The ancient ones had songs to sing when death was near. I couldn’t remember any I’d heard so I sang whatever I could.
“I’m about to die. Fuck youuuuu,” I sang. “Try to catch meeee. I’m not your…son of bitch!”
Dizzy and out of words, I pulled myself up, using the chassis for leverage. I raised my legs one at a time to see if they worked. My ankle shot pain up and down my right leg. It hurt like hell, but not enough to be broken. I held onto the frame a few long minutes before I tried walking. My ankle screamed in protest. I locked my jaw and put one foot in front of the other.

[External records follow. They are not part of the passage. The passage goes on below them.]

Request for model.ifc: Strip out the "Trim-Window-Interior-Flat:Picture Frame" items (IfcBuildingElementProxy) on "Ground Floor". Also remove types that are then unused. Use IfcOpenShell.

First a look at what the model holds.

```python
import ifcopenshell
import ifcopenshell.util.element

model = ifcopenshell.open("model.ifc")
print(model.schema)
storey = next(s for s in model.by_type("IfcBuildingStorey") if s.Name == "Ground Floor")
proxies = [e for e in ifcopenshell.util.element.get_decomposition(storey) if e.is_a("IfcBuildingElementProxy")]
seen = {}
for e in proxies:
    element_type = ifcopenshell.util.element.get_type(e)
    name = element_type.Name if element_type not in (None, e) else None
    seen[name] = seen.get(name, 0) + 1
for name, count in sorted(seen.items(), key=str):
    print(count, "x", name)
```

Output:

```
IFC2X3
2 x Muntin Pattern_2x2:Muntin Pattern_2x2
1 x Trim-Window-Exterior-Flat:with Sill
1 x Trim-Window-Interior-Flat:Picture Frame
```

```python
import ifcopenshell
import ifcopenshell.api.root
import ifcopenshell.util.element

model = ifcopenshell.open("model.ifc")

storey = next(s for s in model.by_type("IfcBuildingStorey") if s.Name == "Ground Floor")
proxies = [e for e in ifcopenshell.util.element.get_decomposition(storey) if e.is_a("IfcBuildingElementProxy")]
targets = [e for e in proxies if (t := ifcopenshell.util.element.get_type(e)) not in (None, e) and t.Name == "Trim-Window-Interior-Flat:Picture Frame"]
types = {ifcopenshell.util.element.get_type(e) for e in targets} - {None, *targets}

for e in targets:
    ifcopenshell.api.root.remove_product(model, product=e)
print(len(targets), "removed")

unused = [t for t in types if not ifcopenshell.util.element.get_types(t)]
for t in unused:
    ifcopenshell.api.root.remove_product(model, product=t)
print(len(unused), "unused types removed")

model.write("model_updated.ifc")
```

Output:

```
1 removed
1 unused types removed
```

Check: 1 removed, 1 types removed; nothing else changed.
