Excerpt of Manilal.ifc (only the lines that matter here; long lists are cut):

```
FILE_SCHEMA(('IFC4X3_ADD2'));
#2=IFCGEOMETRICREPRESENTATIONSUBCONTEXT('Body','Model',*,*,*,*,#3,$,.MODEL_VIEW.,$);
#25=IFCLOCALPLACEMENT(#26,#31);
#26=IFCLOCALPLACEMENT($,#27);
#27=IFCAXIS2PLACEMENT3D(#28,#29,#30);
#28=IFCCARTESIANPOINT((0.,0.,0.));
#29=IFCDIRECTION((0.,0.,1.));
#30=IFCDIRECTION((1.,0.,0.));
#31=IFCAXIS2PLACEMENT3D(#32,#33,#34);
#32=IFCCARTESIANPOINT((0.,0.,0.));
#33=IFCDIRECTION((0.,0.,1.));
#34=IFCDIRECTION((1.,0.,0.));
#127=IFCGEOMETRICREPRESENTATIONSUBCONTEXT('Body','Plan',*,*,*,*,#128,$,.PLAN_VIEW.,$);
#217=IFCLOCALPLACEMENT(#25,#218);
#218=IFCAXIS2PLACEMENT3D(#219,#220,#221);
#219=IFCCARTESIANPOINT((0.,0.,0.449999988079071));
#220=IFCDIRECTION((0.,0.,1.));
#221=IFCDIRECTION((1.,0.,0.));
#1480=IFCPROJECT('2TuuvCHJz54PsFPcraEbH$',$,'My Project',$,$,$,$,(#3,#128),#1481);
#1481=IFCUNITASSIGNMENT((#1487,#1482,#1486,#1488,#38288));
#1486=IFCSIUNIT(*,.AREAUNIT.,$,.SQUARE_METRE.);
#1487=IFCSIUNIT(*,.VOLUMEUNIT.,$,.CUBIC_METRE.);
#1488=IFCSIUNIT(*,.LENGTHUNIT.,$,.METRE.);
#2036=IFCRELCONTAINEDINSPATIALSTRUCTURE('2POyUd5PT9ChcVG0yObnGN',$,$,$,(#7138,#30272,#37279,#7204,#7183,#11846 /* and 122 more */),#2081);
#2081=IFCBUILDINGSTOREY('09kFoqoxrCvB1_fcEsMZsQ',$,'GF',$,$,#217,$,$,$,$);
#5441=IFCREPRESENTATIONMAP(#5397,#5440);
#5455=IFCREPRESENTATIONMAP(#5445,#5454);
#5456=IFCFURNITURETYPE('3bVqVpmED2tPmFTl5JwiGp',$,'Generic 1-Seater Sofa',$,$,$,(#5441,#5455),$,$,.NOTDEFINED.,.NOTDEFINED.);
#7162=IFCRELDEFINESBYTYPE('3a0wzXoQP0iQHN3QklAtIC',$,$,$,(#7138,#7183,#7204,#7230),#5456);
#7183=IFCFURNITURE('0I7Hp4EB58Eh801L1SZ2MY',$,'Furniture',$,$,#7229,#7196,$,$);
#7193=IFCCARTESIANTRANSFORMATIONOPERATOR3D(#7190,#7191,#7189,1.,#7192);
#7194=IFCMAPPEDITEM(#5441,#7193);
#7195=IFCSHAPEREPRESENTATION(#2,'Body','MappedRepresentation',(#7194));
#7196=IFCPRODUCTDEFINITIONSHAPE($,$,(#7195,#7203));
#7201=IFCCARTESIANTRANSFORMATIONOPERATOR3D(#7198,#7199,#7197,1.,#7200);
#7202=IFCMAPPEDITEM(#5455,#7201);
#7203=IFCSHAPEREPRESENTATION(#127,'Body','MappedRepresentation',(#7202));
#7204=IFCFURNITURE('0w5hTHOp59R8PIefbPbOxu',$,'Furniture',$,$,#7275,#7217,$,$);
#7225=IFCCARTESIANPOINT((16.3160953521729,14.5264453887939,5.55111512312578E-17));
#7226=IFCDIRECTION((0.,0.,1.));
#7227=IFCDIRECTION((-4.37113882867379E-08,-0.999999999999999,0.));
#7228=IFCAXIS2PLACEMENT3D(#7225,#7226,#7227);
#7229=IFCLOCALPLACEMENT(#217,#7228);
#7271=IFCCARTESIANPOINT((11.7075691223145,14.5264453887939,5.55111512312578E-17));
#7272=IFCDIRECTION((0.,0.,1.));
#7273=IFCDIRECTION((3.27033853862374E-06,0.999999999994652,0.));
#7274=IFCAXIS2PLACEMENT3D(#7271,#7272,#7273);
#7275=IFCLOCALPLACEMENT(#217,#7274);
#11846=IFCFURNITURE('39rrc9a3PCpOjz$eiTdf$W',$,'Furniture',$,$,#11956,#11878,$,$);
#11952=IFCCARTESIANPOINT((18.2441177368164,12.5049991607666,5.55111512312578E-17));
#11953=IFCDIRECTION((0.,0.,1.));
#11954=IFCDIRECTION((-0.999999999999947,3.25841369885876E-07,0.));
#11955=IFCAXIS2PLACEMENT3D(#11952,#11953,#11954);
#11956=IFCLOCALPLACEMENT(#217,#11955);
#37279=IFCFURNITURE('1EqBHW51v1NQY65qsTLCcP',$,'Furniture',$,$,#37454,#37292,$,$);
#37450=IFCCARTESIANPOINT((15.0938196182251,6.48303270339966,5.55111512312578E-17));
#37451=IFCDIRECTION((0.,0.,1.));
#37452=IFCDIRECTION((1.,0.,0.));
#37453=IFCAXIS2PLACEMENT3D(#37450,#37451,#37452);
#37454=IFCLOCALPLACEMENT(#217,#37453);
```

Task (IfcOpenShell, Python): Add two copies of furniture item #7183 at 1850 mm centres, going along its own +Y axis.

```python
import ifcopenshell
import ifcopenshell.api.geometry
import ifcopenshell.api.root
import ifcopenshell.util.element
import ifcopenshell.util.placement

model = ifcopenshell.open("Manilal.ifc")

source = model.by_guid("0I7Hp4EB58Eh801L1SZ2MY")
base = ifcopenshell.util.placement.get_local_placement(source.ObjectPlacement)
step = base[:3, 1] * 1.85

for i in range(1, 3):
    copy = ifcopenshell.api.root.copy_class(model, product=source)
    copy.Representation = ifcopenshell.util.element.copy_deep(
        model, source.Representation, exclude=["IfcGeometricRepresentationContext", "IfcRepresentationMap"]
    )
    matrix = base.copy()
    matrix[:3, 3] += i * step
    print("added at", matrix[:3, 3].round(3) + 0.0)
    ifcopenshell.api.geometry.edit_object_placement(model, product=copy, matrix=matrix, is_si=False)

model.write("Manilal_rev.ifc")
```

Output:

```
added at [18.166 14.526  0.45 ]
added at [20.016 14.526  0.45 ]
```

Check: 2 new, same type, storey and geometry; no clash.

Flashing lights neared as sirens warbled and whooped. I froze. Lights brightened the ground where I stood, then left me in the shadows. The sounds followed the red and blue lights into the night. Eight cars by my count.
Florida Road loomed above me. Deer had caused me to run off the road. I don’t know if that maneuver was intended or just a natural, buck-in-the-headlights stunt. My truck had bounced over the guardrail leaving no broken posts or twisted rails. The lack of damage and the roadbed’s sloping sides combined to hide the Chevy’s wreckage from view. I thanked every god that came to mind.

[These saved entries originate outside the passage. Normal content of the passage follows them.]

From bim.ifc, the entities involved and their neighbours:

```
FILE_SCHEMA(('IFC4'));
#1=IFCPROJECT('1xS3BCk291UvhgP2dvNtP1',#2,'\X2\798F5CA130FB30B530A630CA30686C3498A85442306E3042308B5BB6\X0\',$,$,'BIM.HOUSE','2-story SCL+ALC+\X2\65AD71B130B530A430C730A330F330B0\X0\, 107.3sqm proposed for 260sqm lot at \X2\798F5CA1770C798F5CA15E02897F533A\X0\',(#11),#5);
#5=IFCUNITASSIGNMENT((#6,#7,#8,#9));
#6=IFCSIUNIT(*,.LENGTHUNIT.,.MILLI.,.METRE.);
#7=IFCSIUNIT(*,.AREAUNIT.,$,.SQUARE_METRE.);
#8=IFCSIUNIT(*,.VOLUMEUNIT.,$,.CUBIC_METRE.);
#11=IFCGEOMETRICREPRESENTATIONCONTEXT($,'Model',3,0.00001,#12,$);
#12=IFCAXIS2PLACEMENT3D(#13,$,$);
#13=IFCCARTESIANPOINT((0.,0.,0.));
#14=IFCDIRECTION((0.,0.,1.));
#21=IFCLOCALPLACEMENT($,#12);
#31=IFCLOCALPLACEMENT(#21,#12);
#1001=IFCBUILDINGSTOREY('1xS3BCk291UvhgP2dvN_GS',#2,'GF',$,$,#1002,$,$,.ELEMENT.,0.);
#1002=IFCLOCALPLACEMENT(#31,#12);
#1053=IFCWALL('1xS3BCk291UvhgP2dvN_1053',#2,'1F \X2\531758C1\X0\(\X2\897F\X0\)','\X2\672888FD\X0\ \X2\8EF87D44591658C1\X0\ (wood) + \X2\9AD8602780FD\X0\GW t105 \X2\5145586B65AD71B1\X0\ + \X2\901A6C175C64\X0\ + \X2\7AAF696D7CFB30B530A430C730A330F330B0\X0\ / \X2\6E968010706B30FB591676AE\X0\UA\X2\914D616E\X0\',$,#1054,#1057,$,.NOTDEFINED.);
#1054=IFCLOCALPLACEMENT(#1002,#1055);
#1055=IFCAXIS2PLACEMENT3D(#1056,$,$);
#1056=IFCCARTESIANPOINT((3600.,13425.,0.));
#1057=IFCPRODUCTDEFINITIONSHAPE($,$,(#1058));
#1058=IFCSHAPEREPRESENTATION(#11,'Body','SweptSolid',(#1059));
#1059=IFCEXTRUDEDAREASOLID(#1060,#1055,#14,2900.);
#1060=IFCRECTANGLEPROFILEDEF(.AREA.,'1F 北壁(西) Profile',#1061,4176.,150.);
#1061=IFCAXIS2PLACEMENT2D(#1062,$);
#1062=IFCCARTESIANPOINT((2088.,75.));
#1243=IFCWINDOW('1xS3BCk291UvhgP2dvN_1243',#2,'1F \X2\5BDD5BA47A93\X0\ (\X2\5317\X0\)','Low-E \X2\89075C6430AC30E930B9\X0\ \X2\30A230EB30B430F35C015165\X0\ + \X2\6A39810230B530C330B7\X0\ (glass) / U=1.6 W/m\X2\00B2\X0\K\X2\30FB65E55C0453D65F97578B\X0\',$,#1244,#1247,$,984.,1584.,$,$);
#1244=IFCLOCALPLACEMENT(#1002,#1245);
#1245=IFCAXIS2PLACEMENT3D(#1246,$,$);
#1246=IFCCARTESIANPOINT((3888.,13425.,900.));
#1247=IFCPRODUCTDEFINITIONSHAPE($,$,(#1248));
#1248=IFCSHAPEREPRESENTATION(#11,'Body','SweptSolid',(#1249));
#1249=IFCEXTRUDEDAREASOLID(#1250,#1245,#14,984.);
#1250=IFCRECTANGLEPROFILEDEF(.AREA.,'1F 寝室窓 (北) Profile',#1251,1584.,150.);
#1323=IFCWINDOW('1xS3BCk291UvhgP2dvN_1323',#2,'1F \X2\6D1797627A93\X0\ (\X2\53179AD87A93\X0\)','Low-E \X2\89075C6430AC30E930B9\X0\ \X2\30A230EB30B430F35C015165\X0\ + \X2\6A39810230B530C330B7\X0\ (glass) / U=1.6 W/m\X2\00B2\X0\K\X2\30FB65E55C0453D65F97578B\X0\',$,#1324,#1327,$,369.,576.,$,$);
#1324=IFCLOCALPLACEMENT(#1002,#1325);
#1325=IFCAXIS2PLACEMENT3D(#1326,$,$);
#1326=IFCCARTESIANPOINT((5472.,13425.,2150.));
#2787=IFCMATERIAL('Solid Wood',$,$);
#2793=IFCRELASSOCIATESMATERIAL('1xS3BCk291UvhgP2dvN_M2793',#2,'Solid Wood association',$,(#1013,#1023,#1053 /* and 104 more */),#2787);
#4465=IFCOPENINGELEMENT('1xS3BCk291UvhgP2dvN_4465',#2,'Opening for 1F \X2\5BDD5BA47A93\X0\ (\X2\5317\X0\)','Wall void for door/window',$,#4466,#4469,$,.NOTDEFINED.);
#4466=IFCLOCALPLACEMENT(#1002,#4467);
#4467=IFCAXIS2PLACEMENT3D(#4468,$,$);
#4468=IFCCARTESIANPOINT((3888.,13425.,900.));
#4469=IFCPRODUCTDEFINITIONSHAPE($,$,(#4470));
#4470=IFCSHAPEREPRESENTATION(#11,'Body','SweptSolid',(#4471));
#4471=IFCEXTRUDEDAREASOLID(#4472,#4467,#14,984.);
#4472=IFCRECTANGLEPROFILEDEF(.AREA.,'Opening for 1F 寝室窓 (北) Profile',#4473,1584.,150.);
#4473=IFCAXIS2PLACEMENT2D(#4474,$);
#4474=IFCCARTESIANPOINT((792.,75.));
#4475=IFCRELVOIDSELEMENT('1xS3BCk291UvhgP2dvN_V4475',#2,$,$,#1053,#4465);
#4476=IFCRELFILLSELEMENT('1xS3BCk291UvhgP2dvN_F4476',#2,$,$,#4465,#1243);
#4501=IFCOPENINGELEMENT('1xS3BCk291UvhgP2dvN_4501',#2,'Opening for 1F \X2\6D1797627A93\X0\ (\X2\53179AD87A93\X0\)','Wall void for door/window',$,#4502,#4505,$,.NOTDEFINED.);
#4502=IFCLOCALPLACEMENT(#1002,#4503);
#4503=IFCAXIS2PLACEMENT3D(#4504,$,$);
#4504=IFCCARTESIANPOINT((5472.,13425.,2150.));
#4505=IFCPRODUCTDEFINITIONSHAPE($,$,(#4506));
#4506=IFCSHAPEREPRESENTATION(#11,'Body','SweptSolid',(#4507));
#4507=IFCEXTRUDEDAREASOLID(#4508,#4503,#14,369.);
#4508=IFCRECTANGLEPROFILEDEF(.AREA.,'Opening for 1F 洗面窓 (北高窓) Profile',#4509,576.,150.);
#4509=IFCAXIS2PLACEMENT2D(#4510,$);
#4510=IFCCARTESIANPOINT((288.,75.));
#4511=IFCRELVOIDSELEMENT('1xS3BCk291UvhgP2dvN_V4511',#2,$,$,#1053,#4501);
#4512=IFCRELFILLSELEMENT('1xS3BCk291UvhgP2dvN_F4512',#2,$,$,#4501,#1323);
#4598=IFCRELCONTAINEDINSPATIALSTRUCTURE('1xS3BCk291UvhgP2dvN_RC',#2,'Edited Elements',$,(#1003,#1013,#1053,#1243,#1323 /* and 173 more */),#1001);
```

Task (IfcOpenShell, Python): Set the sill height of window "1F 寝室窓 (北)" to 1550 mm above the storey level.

```python
import numpy as np
import ifcopenshell
import ifcopenshell.api.geometry
import ifcopenshell.geom
import ifcopenshell.util.element
import ifcopenshell.util.placement
import ifcopenshell.util.shape
import ifcopenshell.util.unit

model = ifcopenshell.open("bim.ifc")
unit_scale = ifcopenshell.util.unit.calculate_unit_scale(model)

window = model.by_guid("1xS3BCk291UvhgP2dvN_1243")
opening = window.FillsVoids[0].RelatingOpeningElement
storey = ifcopenshell.util.element.get_container(window, ifc_class="IfcBuildingStorey")
level = ifcopenshell.util.placement.get_local_placement(storey.ObjectPlacement)[2, 3]

# The opening's origin need not be at the sill, so measure its lowest point.
shape = ifcopenshell.geom.create_shape(ifcopenshell.geom.settings(), opening)
bottom = ifcopenshell.util.shape.get_shape_bottom_elevation(shape, shape.geometry) / unit_scale
dz = level + 1.55 / unit_scale - bottom

shift = np.array([0.0, 0.0, dz])
# The window is not placed relative to its opening, so move both.
for product in (opening, window):
    matrix = ifcopenshell.util.placement.get_local_placement(product.ObjectPlacement)
    matrix[:3, 3] += shift
    ifcopenshell.api.geometry.edit_object_placement(model, product=product, matrix=matrix, is_si=False)

print(f"moved by {dz * unit_scale:+.3f} m")

model.write("bim_v2.ifc")
```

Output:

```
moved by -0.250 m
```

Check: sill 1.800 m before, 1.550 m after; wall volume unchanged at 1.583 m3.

Using the road to find shelter was out of the question, but the land on either side of the road looked like rough country. Even in the dark, I could see the trees and brush were dense. And, this high country was full of rapid streams, more than a few beaver dam marshes, rocky meadows and boulders the size of buildings. The journey was gonna be rough-going.

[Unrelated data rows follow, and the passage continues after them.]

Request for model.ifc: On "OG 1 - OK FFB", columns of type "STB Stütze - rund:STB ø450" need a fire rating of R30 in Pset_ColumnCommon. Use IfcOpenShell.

First a look at what the model holds.

```python
import ifcopenshell
import ifcopenshell.util.element

model = ifcopenshell.open("model.ifc")
print(model.schema)
storey = next(s for s in model.by_type("IfcBuildingStorey") if s.Name == "OG 1 - OK FFB")
columns = [e for e in ifcopenshell.util.element.get_decomposition(storey) if e.is_a("IfcColumn")]
seen = {}
for e in columns:
    element_type = ifcopenshell.util.element.get_type(e)
    key = (element_type.Name if element_type != e and element_type else None, ifcopenshell.util.element.get_pset(e, "Pset_ColumnCommon", "FireRating"))
    seen[key] = seen.get(key, 0) + 1
for (name, value), count in sorted(seen.items(), key=str):
    print(count, "x", name, "|", value)
```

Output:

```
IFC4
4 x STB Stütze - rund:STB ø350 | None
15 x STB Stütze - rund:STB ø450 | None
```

```python
import ifcopenshell
import ifcopenshell.api.pset
import ifcopenshell.util.element

model = ifcopenshell.open("model.ifc")

storey = next(s for s in model.by_type("IfcBuildingStorey") if s.Name == "OG 1 - OK FFB")
columns = [e for e in ifcopenshell.util.element.get_decomposition(storey) if e.is_a("IfcColumn")]

count = 0
for e in columns:
    element_type = ifcopenshell.util.element.get_type(e)
    if element_type in (None, e) or element_type.Name != "STB Stütze - rund:STB ø450":
        continue
    # add_pset returns the element's existing set when there is one.
    pset = ifcopenshell.api.pset.add_pset(model, product=e, name="Pset_ColumnCommon")
    ifcopenshell.api.pset.edit_pset(model, pset=pset, properties={"FireRating": "R30"})
    count += 1

print(count, "columns updated")

model.write("model-out.ifc")
```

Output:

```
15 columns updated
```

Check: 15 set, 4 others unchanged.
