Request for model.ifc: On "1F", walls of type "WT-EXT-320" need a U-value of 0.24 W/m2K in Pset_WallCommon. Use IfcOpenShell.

First a look at what the model holds.

```python
import ifcopenshell
import ifcopenshell.util.element

model = ifcopenshell.open("model.ifc")
print(model.schema)
storey = next(s for s in model.by_type("IfcBuildingStorey") if s.Name == "1F")
walls = [e for e in ifcopenshell.util.element.get_decomposition(storey) if e.is_a("IfcWall")]
seen = {}
for e in walls:
    element_type = ifcopenshell.util.element.get_type(e)
    key = (element_type.Name if element_type != e and element_type else None, ifcopenshell.util.element.get_pset(e, "Pset_WallCommon", "ThermalTransmittance"))
    seen[key] = seen.get(key, 0) + 1
for (name, value), count in sorted(seen.items(), key=str):
    print(count, "x", name, "|", value)
```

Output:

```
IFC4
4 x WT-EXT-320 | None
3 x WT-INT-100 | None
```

```python
import ifcopenshell
import ifcopenshell.api.pset
import ifcopenshell.util.element

model = ifcopenshell.open("model.ifc")

storey = next(s for s in model.by_type("IfcBuildingStorey") if s.Name == "1F")
walls = [e for e in ifcopenshell.util.element.get_decomposition(storey) if e.is_a("IfcWall")]

count = 0
for e in walls:
    element_type = ifcopenshell.util.element.get_type(e)
    if element_type in (None, e) or element_type.Name != "WT-EXT-320":
        continue
    # add_pset returns the element's existing set when there is one.
    pset = ifcopenshell.api.pset.add_pset(model, product=e, name="Pset_WallCommon")
    ifcopenshell.api.pset.edit_pset(model, pset=pset, properties={"ThermalTransmittance": 0.24})
    count += 1

print(count, "walls updated")

model.write("model-out.ifc")
```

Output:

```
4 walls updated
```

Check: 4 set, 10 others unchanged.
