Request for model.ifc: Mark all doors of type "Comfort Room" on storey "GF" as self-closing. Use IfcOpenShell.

First a look at what the model holds.

```python
import ifcopenshell
import ifcopenshell.util.element

model = ifcopenshell.open("model.ifc")
print(model.schema)
storey = next(s for s in model.by_type("IfcBuildingStorey") if s.Name == "GF")
doors = [e for e in ifcopenshell.util.element.get_decomposition(storey) if e.is_a("IfcDoor")]
seen = {}
for e in doors:
    element_type = ifcopenshell.util.element.get_type(e)
    key = (element_type.Name if element_type != e and element_type else None, ifcopenshell.util.element.get_pset(e, "Pset_DoorCommon", "SelfClosing"))
    seen[key] = seen.get(key, 0) + 1
for (name, value), count in sorted(seen.items(), key=str):
    print(count, "x", name, "|", value)
```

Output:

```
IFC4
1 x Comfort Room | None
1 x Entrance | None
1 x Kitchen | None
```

```python
import ifcopenshell
import ifcopenshell.api.pset
import ifcopenshell.util.element

model = ifcopenshell.open("model.ifc")

storey = next(s for s in model.by_type("IfcBuildingStorey") if s.Name == "GF")
doors = [e for e in ifcopenshell.util.element.get_decomposition(storey) if e.is_a("IfcDoor")]

count = 0
for e in doors:
    element_type = ifcopenshell.util.element.get_type(e)
    if element_type in (None, e) or element_type.Name != "Comfort Room":
        continue
    # add_pset returns the element's existing set when there is one.
    pset = ifcopenshell.api.pset.add_pset(model, product=e, name="Pset_DoorCommon")
    ifcopenshell.api.pset.edit_pset(model, pset=pset, properties={"SelfClosing": True})
    count += 1

print(count, "doors updated")

model.write("model_edited.ifc")
```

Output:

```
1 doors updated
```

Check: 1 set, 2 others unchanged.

Green eyes stared at me blankly. Deer trotted into the bushes, then poked his head out like a pet dog begging for me to follow. The animal watched unmoved as I stiff-legged toward him like an old man.
My head st
arted to spin. I wrapped my arms around my chest, the movement sending pain through my ribcage, and I sensed the dazed beginnings of shock. I needed shelter. Cold mountain nights can kill. Deer put me in this position, but I would have to take my chances with him, now.
Rafi Maestrejuan’s campito lay over the ridge up ahead. I flashed on the sheepherder’s corpse and the dead dogs. It was a three-mile trip and the air smelled of snow. I had no options, the cold could kill faster than the cops if I didn’t get moving.
The sheepherder’s camp seemed a good place to hide because only a crazy person would return to the scene of the crime to camp out. By now, the police had processed the scene, taken photos and evidence, cleared out, and lost all interest in the campito. Or so I hoped.
The moon teased the horizon behind me. Soon it would provide some light.
We pushed through roadside brush and set out for the campito. Acting like he knew the way, Deer led, but kept distance. I followed, having laid out my trust like a beaver trap: one wrong move and then—what? After all, Deer had saved me from getting arrested or shot by the cops by causing the wreck and hiding me in the ditch but what he had planned for me, next?
As we walked, Deer looked back towards me and side-to-side frequently with an expression I took as concern.
“I’m okay,” I said.
Deer startled and leapt into the brush. The scrub rustled, then quieted. I stood still, waiting, then starting walking again. A knot swelled in my stomach filling the hollow in my chest. If Deer had wanted to help me, I’d blown it.